A previous delivery experience can have important implications for future pregnancies, not least whether a woman would contemplate another pregnancy. In the UK second stage prospective cohort study, women were far more likely to aim for a future vaginal delivery (79% vs. 39%) and to achieve a subsequent vaginal delivery (78% vs. 31%) following OVD than CS, although fear of childbirth was a frequently reported reason for avoiding a further pregnancy in both groups [44,45]. Women who have experienced a previous CS at full dilatation generate anxiety in subsequent labours relating to the risk of further emergency CS and potential uterine rupture. Mid-cavity and rotational OVD have become unpopular in the United States and are increasingly abandoned in favour of CS. This may be a short-sighted view, however, if one fails to consider the outcome of future deliveries in the assessment of overall morbidity.

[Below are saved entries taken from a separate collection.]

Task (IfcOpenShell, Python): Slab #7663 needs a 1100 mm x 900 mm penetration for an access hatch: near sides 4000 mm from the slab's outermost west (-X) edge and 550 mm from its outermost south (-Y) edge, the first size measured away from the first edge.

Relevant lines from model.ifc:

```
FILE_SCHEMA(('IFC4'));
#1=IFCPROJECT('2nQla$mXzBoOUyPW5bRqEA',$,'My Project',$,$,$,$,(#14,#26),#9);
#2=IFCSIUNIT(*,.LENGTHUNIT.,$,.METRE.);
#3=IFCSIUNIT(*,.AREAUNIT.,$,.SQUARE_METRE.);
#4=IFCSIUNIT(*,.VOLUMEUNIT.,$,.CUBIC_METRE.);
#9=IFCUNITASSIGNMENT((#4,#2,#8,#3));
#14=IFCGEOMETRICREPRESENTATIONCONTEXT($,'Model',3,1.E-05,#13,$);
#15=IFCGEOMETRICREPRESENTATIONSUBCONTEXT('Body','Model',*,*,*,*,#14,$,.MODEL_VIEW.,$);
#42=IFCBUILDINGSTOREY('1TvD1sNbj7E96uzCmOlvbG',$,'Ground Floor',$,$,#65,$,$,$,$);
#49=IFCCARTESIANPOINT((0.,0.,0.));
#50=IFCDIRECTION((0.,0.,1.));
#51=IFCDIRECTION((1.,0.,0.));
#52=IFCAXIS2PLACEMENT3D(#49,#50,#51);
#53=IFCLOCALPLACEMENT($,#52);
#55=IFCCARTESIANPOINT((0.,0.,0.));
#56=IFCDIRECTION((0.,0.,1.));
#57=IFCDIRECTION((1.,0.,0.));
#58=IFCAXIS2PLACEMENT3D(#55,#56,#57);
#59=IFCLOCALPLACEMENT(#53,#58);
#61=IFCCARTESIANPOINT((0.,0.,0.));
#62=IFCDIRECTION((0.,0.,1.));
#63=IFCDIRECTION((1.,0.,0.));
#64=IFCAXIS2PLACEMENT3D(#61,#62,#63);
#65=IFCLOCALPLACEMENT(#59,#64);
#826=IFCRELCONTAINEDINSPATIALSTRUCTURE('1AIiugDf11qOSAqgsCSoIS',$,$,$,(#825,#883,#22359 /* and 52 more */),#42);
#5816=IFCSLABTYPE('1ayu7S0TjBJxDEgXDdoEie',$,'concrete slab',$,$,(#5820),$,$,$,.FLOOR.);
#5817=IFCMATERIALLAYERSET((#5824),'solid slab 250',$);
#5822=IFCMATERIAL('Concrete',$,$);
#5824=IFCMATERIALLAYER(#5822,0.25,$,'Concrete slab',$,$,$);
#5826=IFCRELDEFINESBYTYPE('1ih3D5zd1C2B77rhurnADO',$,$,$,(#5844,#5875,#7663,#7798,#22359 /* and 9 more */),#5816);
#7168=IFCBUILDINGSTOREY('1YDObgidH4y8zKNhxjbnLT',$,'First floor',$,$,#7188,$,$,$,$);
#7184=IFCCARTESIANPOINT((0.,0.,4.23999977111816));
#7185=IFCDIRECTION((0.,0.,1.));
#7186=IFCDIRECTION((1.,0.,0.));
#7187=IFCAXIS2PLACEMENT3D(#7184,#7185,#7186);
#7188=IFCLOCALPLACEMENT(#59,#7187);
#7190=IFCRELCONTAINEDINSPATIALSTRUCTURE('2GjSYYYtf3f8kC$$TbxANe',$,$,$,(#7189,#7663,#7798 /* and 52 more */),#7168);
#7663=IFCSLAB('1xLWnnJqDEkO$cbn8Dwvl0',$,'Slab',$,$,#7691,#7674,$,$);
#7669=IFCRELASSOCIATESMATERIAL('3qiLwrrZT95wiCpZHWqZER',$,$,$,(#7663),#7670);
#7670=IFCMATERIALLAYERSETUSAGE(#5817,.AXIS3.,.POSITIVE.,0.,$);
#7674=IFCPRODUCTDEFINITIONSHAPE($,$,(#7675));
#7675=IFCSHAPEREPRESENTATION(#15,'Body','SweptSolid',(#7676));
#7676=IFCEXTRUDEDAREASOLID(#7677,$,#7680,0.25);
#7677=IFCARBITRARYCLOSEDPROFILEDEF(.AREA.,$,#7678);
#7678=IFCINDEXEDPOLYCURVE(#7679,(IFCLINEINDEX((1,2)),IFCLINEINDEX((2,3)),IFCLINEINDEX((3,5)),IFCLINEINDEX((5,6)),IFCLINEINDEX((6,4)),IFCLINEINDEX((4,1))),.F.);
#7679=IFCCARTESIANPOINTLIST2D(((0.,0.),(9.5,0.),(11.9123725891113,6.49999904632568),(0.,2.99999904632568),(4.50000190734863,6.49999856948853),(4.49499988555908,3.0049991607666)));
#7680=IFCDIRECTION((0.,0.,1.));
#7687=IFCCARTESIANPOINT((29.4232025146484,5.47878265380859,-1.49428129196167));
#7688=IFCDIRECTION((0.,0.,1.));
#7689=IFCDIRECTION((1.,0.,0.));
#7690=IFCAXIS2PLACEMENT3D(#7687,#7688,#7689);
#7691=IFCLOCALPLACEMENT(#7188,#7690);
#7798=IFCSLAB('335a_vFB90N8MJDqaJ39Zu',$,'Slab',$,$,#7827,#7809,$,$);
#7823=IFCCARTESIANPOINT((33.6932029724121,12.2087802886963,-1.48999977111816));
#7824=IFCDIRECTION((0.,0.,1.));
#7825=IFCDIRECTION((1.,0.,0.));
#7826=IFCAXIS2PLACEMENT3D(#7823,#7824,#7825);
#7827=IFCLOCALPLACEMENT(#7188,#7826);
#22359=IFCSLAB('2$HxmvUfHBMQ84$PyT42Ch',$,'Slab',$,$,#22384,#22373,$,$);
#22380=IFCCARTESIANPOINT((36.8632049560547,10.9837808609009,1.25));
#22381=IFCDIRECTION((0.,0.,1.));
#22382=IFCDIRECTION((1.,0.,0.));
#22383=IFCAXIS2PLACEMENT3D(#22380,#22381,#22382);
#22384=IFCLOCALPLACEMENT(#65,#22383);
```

```python
import numpy as np
import ifcopenshell
import ifcopenshell.api.feature
import ifcopenshell.api.geometry
import ifcopenshell.api.root
import ifcopenshell.geom
import ifcopenshell.util.placement
import ifcopenshell.util.representation
import ifcopenshell.util.shape
import ifcopenshell.util.unit

model = ifcopenshell.open("model.ifc")
unit_scale = ifcopenshell.util.unit.calculate_unit_scale(model)
settings = ifcopenshell.geom.settings()


def volume(element):
    """Net volume in cubic metres, openings subtracted."""
    shape = ifcopenshell.geom.create_shape(settings, element)
    return ifcopenshell.util.shape.get_volume(shape.geometry)


slab = model.by_guid("1xLWnnJqDEkO$cbn8Dwvl0")
before = volume(slab)

# Extent in the slab's own axes, in metres. The edges named are its -X and -Y sides.
slab_shape = ifcopenshell.geom.create_shape(settings, slab)
vertices = ifcopenshell.util.shape.get_vertices(slab_shape.geometry)
x_min, y_min, bottom = vertices.min(axis=0)
top = vertices[:, 2].max()

opening = ifcopenshell.api.root.create_entity(model, ifc_class="IfcOpeningElement", name="Access hatch opening", predefined_type="OPENING")
context = ifcopenshell.util.representation.get_context(model, "Model", "Body", "MODEL_VIEW")
width, depth = 1.1, 0.9
outline = [(0.0, 0.0), (width, 0.0), (width, depth), (0.0, depth), (0.0, 0.0)]
# Overshoot both faces by 50 mm so the cut is clean.
shape = ifcopenshell.api.geometry.add_slab_representation(
    model, context=context, depth=top - bottom + 0.1, polyline=outline
)
ifcopenshell.api.geometry.assign_representation(model, product=opening, representation=shape)

matrix = ifcopenshell.util.placement.get_local_placement(slab.ObjectPlacement)
matrix[:, 3] = matrix @ np.append(np.array([x_min + 4, y_min + 0.55, bottom - 0.05]) / unit_scale, 1.0)
ifcopenshell.api.geometry.edit_object_placement(model, product=opening, matrix=matrix, is_si=False)
ifcopenshell.api.feature.add_feature(model, feature=opening, element=slab)

after = volume(slab)

print(f"slab volume {before:.3f} -> {after:.3f} m3")

model.write("model-out.ifc")
```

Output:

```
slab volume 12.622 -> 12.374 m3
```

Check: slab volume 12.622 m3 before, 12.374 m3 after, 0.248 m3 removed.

Clearly, choice of operative delivery in the second stage of labour presents a difficult risk–benefit dilemma in terms of short- and long-term maternal and infant outcomes. Caesarean section at full dilatation with anhydramnios and a deeply engaged fetal head is a difficult procedure. This is reflected in high rates of major obstetric haemorrhage, extension of the uterine incision and prolonged hospital admission. These risks must be balanced with the potential for pelvic floor trauma and neonatal injury with OVD. Although there is a published protocol for a Cochrane systematic review comparing OVD with CS for difficult deliveries in the second stage of labour, as yet there have been no RCTs addressing this important question. At present, the decision relies on experience, judgement and clinical skill.
Conclusion
Decisions regarding the most appropriate management of prolonged second stage of labour continue to be challenging. Individual clinical circumstances, maternal preferences and the skill of the obstetric team will influence the approach taken. A balance needs to be achieved between avoiding unnecessary intervention and preventing avoidable morbidity. Every woman has a right to expect high-quality care in labour, and in the event of a prolonged second stage she should be assessed carefully and advised on a course of action that will result in a safe and timely delivery. Most women who have reached the second stage of labour will prefer an OVD to a CS if this can be achieved safely with a minimum of morbidity. In such circumstances women should be encouraged that the probability of a spontaneous vaginal birth in a subsequent pregnancy is very high. Some women will express a preference for a CS and should be counselled on the differences between lift-out, low-cavity, mid-cavity and rotational OVDs, and on the implications of a second stage CS for subsequent births. Good decision making is founded on mutual respect and trust between the labouring woman and her care givers. The skilled obstetrician will demonstrate competency in both the technical and non-technical aspects of care in the second stage of labour.